[EXTRACTED RECORDS]

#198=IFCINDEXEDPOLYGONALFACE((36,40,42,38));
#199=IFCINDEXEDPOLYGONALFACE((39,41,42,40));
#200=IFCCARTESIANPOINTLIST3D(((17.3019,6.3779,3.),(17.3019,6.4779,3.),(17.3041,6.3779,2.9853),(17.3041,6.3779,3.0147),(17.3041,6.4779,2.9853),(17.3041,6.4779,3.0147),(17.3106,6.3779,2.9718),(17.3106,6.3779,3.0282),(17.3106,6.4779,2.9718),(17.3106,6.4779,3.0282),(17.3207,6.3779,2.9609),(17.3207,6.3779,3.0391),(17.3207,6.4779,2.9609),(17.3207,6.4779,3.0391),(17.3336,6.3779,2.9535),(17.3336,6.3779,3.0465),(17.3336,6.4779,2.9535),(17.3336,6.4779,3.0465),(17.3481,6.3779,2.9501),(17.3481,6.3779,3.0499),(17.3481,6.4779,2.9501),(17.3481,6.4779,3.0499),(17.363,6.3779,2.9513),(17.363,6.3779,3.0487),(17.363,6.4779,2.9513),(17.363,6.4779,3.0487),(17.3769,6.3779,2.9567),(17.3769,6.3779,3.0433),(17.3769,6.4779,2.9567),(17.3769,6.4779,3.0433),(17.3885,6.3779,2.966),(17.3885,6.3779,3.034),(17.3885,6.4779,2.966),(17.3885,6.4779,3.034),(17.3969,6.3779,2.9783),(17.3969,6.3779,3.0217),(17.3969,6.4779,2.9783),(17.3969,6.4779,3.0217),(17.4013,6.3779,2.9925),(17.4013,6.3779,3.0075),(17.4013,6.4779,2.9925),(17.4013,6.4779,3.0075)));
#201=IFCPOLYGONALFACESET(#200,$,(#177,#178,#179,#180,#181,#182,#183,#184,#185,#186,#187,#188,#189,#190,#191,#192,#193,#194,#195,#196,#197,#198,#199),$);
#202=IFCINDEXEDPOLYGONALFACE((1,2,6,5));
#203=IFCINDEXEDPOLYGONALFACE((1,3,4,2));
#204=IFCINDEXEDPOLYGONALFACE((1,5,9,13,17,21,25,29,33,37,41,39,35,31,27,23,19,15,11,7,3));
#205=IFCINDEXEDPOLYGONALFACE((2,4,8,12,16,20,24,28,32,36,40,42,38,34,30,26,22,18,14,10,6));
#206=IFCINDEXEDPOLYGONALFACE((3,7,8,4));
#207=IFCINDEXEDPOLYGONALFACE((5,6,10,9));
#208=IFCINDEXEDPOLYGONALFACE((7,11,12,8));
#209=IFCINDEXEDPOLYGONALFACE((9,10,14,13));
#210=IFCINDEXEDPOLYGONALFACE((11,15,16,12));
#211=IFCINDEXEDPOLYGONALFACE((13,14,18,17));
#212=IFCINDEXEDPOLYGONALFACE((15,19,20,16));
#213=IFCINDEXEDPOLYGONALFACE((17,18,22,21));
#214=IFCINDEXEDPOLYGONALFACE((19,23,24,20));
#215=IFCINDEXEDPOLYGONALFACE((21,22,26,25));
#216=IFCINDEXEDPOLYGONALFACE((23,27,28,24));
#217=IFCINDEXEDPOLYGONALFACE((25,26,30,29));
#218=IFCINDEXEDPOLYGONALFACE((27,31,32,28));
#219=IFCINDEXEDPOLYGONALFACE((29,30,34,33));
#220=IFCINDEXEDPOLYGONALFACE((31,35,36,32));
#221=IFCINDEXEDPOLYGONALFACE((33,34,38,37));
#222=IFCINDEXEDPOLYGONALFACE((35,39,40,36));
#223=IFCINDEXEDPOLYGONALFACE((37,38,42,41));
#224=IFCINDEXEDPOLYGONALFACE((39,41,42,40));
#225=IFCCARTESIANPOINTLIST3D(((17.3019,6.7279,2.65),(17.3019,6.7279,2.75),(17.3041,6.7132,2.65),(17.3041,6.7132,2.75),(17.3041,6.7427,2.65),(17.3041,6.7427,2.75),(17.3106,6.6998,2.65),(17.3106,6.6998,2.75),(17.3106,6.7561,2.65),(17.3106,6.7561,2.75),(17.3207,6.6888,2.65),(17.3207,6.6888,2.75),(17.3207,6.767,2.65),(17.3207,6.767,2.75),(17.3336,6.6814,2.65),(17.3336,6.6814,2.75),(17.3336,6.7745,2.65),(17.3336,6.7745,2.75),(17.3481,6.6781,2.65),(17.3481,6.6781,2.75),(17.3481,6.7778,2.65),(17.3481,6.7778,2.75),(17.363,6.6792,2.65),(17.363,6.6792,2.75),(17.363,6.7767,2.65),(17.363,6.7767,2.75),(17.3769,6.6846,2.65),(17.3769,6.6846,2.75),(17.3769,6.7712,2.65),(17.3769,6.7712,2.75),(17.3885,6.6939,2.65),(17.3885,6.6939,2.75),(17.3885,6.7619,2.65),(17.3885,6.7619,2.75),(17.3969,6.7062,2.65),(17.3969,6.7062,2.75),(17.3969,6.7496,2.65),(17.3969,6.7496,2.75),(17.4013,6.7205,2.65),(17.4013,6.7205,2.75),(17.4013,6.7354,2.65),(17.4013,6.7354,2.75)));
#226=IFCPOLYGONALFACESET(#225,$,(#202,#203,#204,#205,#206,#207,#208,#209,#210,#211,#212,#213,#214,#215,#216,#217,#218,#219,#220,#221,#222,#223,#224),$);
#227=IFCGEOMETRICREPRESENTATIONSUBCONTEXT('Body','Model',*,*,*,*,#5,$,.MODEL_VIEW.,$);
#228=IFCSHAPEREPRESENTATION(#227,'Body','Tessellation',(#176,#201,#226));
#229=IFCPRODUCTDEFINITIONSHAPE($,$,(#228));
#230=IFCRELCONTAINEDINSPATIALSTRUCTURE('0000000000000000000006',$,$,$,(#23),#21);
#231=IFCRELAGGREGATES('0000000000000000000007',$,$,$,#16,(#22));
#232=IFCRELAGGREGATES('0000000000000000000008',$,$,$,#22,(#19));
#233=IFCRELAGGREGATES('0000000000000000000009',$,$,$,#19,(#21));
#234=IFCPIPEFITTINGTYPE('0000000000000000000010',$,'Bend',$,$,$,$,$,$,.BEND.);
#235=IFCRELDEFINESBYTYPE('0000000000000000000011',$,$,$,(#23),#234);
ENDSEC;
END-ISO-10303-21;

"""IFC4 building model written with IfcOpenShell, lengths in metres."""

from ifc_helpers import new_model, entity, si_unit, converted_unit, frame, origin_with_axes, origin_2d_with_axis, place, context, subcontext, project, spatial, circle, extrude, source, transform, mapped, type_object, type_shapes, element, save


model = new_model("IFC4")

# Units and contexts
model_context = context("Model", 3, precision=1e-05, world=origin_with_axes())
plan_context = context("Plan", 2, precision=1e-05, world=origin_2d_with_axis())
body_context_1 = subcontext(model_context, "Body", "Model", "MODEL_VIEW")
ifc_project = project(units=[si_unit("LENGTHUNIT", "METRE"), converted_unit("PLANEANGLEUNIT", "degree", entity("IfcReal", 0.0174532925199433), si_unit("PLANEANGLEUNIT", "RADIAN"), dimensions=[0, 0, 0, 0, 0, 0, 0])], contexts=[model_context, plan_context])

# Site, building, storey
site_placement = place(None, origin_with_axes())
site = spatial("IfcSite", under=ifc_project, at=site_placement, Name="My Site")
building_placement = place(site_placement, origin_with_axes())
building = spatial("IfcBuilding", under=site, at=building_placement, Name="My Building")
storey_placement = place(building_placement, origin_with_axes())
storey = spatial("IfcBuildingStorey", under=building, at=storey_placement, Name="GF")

[/EXTRACTED RECORDS]
[EXTRACTED RECORDS]

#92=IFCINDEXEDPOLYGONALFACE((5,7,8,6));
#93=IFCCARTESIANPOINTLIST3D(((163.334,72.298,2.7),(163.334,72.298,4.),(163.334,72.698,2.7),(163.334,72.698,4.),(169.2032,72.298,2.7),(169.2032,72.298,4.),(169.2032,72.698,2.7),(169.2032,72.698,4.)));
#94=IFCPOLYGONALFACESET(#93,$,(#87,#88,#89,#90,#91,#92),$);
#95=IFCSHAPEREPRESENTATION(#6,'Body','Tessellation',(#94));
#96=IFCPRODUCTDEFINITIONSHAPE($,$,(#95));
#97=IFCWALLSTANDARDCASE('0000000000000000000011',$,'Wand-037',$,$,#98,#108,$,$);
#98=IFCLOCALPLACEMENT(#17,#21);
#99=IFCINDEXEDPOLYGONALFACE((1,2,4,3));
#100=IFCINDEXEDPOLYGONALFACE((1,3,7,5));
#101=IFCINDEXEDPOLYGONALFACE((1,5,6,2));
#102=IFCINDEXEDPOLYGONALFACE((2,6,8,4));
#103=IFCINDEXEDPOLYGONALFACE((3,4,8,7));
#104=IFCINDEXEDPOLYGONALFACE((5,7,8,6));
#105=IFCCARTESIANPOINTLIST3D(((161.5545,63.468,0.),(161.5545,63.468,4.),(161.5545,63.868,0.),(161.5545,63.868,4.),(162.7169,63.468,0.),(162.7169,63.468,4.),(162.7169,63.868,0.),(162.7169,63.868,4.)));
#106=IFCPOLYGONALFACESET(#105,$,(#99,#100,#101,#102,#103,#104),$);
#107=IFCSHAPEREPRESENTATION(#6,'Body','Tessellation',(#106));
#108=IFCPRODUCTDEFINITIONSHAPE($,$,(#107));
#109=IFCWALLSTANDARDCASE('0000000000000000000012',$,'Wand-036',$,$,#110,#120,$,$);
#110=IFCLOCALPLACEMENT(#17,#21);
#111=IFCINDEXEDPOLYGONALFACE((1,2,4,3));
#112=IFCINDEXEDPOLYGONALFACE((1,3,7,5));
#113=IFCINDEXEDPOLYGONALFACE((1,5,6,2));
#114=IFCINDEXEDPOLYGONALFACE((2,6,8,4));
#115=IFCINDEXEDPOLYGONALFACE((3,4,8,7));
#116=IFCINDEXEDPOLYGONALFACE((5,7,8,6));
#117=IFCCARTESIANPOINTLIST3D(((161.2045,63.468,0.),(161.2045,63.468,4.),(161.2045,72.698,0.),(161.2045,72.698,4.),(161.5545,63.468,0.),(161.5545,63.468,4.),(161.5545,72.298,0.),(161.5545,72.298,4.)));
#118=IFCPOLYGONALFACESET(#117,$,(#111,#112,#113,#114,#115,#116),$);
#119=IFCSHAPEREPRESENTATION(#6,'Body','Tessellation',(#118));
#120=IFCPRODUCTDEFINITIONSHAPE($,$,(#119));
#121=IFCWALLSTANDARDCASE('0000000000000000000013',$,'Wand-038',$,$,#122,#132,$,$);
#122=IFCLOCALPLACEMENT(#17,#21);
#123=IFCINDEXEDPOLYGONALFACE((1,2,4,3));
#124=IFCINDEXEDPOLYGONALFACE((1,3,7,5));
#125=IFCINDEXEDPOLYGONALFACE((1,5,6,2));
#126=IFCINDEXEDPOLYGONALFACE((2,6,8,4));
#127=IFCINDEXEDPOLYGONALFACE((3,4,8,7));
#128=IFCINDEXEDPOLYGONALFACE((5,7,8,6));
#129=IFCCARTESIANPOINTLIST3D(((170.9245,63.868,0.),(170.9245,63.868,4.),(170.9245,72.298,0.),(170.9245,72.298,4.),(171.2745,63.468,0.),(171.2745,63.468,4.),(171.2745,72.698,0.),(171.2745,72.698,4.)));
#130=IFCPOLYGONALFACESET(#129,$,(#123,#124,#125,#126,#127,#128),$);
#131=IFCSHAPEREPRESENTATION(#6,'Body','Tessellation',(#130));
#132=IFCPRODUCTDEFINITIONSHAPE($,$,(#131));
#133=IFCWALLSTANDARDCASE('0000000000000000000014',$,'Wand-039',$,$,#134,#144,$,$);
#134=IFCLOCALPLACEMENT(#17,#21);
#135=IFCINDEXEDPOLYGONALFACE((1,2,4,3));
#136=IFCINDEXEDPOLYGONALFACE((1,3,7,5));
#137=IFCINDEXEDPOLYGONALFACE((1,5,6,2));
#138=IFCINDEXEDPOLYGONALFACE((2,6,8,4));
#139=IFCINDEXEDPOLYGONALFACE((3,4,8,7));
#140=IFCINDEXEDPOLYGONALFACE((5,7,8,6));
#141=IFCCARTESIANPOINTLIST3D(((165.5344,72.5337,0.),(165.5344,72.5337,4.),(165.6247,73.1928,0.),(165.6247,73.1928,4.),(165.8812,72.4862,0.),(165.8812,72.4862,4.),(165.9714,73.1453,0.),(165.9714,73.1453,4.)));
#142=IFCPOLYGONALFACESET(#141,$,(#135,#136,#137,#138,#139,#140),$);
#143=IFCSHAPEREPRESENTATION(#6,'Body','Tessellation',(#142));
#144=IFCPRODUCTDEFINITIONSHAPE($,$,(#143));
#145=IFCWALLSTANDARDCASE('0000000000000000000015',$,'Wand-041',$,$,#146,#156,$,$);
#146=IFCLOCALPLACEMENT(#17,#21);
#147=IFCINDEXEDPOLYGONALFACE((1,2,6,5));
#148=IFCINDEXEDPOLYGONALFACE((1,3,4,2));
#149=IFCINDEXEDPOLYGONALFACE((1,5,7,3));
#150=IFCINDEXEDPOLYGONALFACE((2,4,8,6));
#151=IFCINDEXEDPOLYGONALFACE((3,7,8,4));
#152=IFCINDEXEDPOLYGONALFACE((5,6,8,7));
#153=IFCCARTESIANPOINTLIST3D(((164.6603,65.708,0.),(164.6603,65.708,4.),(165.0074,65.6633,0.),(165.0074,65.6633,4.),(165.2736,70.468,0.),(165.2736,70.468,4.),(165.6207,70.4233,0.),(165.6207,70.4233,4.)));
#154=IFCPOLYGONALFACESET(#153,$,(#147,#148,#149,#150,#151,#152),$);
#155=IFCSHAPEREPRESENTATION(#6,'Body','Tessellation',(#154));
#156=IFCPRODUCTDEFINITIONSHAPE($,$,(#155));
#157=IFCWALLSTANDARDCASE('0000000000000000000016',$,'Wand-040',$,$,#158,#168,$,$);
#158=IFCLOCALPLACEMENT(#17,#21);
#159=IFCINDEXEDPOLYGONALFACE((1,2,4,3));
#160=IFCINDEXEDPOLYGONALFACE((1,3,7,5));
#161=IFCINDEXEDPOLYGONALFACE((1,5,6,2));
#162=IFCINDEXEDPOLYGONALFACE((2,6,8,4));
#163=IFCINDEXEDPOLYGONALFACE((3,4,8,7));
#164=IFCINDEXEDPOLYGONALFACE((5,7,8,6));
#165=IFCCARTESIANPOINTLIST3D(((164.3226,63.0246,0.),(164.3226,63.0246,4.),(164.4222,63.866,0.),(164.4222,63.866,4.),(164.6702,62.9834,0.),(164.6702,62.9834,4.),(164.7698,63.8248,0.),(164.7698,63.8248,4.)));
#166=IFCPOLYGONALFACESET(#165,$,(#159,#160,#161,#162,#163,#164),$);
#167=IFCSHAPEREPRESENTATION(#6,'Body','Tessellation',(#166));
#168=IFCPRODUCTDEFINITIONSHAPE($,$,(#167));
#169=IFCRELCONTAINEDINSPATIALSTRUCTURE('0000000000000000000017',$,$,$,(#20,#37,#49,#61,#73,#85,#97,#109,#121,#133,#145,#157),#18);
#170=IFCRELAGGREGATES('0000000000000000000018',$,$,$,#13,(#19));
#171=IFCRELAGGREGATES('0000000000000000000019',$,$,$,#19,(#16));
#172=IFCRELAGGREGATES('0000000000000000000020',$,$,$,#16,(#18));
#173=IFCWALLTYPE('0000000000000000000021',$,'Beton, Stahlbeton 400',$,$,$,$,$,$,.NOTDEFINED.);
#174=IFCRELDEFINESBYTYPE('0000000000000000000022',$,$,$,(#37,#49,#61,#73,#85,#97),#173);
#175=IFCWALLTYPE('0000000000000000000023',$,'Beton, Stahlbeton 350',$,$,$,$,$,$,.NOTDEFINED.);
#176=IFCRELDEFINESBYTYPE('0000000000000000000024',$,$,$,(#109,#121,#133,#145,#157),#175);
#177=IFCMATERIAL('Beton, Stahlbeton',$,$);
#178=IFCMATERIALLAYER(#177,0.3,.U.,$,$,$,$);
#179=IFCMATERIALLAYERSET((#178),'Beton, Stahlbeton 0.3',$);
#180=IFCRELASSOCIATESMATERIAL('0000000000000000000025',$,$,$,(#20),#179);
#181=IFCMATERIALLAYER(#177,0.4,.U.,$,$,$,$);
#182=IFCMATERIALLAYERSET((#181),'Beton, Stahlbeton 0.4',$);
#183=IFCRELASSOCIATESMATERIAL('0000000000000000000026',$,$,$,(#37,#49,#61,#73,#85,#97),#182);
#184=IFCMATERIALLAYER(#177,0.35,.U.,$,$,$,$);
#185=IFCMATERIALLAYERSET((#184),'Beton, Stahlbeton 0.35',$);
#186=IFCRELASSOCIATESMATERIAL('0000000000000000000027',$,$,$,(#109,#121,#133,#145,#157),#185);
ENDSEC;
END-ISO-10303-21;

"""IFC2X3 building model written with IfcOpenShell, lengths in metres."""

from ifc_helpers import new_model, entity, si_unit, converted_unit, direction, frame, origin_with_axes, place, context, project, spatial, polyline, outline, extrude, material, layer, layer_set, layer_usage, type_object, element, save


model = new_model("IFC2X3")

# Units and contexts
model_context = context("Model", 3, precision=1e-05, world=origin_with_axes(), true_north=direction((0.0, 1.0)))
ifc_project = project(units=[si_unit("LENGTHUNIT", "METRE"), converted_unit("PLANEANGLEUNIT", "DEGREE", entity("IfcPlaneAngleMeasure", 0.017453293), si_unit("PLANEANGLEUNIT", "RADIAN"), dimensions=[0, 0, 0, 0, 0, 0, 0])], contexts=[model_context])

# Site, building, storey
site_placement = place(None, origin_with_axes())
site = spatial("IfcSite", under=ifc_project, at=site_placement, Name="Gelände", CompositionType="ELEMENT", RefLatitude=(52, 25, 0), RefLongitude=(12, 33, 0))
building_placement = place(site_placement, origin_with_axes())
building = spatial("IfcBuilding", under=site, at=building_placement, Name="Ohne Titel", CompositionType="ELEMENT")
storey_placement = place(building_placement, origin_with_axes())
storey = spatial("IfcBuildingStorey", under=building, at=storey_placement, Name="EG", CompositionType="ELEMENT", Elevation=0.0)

[/EXTRACTED RECORDS]

• WHAT TO DO: From the records above, quote only the lines running from the line with "#198=IFCINDEXEDPOLYGONALFACE((36,40,42,38));" to the line with "#210=IFCINDEXEDPOLYGONALFACE((11,15,16,12));", both lines included.

• RESPONSE BELOW:
#198=IFCINDEXEDPOLYGONALFACE((36,40,42,38));
#199=IFCINDEXEDPOLYGONALFACE((39,41,42,40));
#200=IFCCARTESIANPOINTLIST3D(((17.3019,6.3779,3.),(17.3019,6.4779,3.),(17.3041,6.3779,2.9853),(17.3041,6.3779,3.0147),(17.3041,6.4779,2.9853),(17.3041,6.4779,3.0147),(17.3106,6.3779,2.9718),(17.3106,6.3779,3.0282),(17.3106,6.4779,2.9718),(17.3106,6.4779,3.0282),(17.3207,6.3779,2.9609),(17.3207,6.3779,3.0391),(17.3207,6.4779,2.9609),(17.3207,6.4779,3.0391),(17.3336,6.3779,2.9535),(17.3336,6.3779,3.0465),(17.3336,6.4779,2.9535),(17.3336,6.4779,3.0465),(17.3481,6.3779,2.9501),(17.3481,6.3779,3.0499),(17.3481,6.4779,2.9501),(17.3481,6.4779,3.0499),(17.363,6.3779,2.9513),(17.363,6.3779,3.0487),(17.363,6.4779,2.9513),(17.363,6.4779,3.0487),(17.3769,6.3779,2.9567),(17.3769,6.3779,3.0433),(17.3769,6.4779,2.9567),(17.3769,6.4779,3.0433),(17.3885,6.3779,2.966),(17.3885,6.3779,3.034),(17.3885,6.4779,2.966),(17.3885,6.4779,3.034),(17.3969,6.3779,2.9783),(17.3969,6.3779,3.0217),(17.3969,6.4779,2.9783),(17.3969,6.4779,3.0217),(17.4013,6.3779,2.9925),(17.4013,6.3779,3.0075),(17.4013,6.4779,2.9925),(17.4013,6.4779,3.0075)));
#201=IFCPOLYGONALFACESET(#200,$,(#177,#178,#179,#180,#181,#182,#183,#184,#185,#186,#187,#188,#189,#190,#191,#192,#193,#194,#195,#196,#197,#198,#199),$);
#202=IFCINDEXEDPOLYGONALFACE((1,2,6,5));
#203=IFCINDEXEDPOLYGONALFACE((1,3,4,2));
#204=IFCINDEXEDPOLYGONALFACE((1,5,9,13,17,21,25,29,33,37,41,39,35,31,27,23,19,15,11,7,3));
#205=IFCINDEXEDPOLYGONALFACE((2,4,8,12,16,20,24,28,32,36,40,42,38,34,30,26,22,18,14,10,6));
#206=IFCINDEXEDPOLYGONALFACE((3,7,8,4));
#207=IFCINDEXEDPOLYGONALFACE((5,6,10,9));
#208=IFCINDEXEDPOLYGONALFACE((7,11,12,8));
#209=IFCINDEXEDPOLYGONALFACE((9,10,14,13));
#210=IFCINDEXEDPOLYGONALFACE((11,15,16,12));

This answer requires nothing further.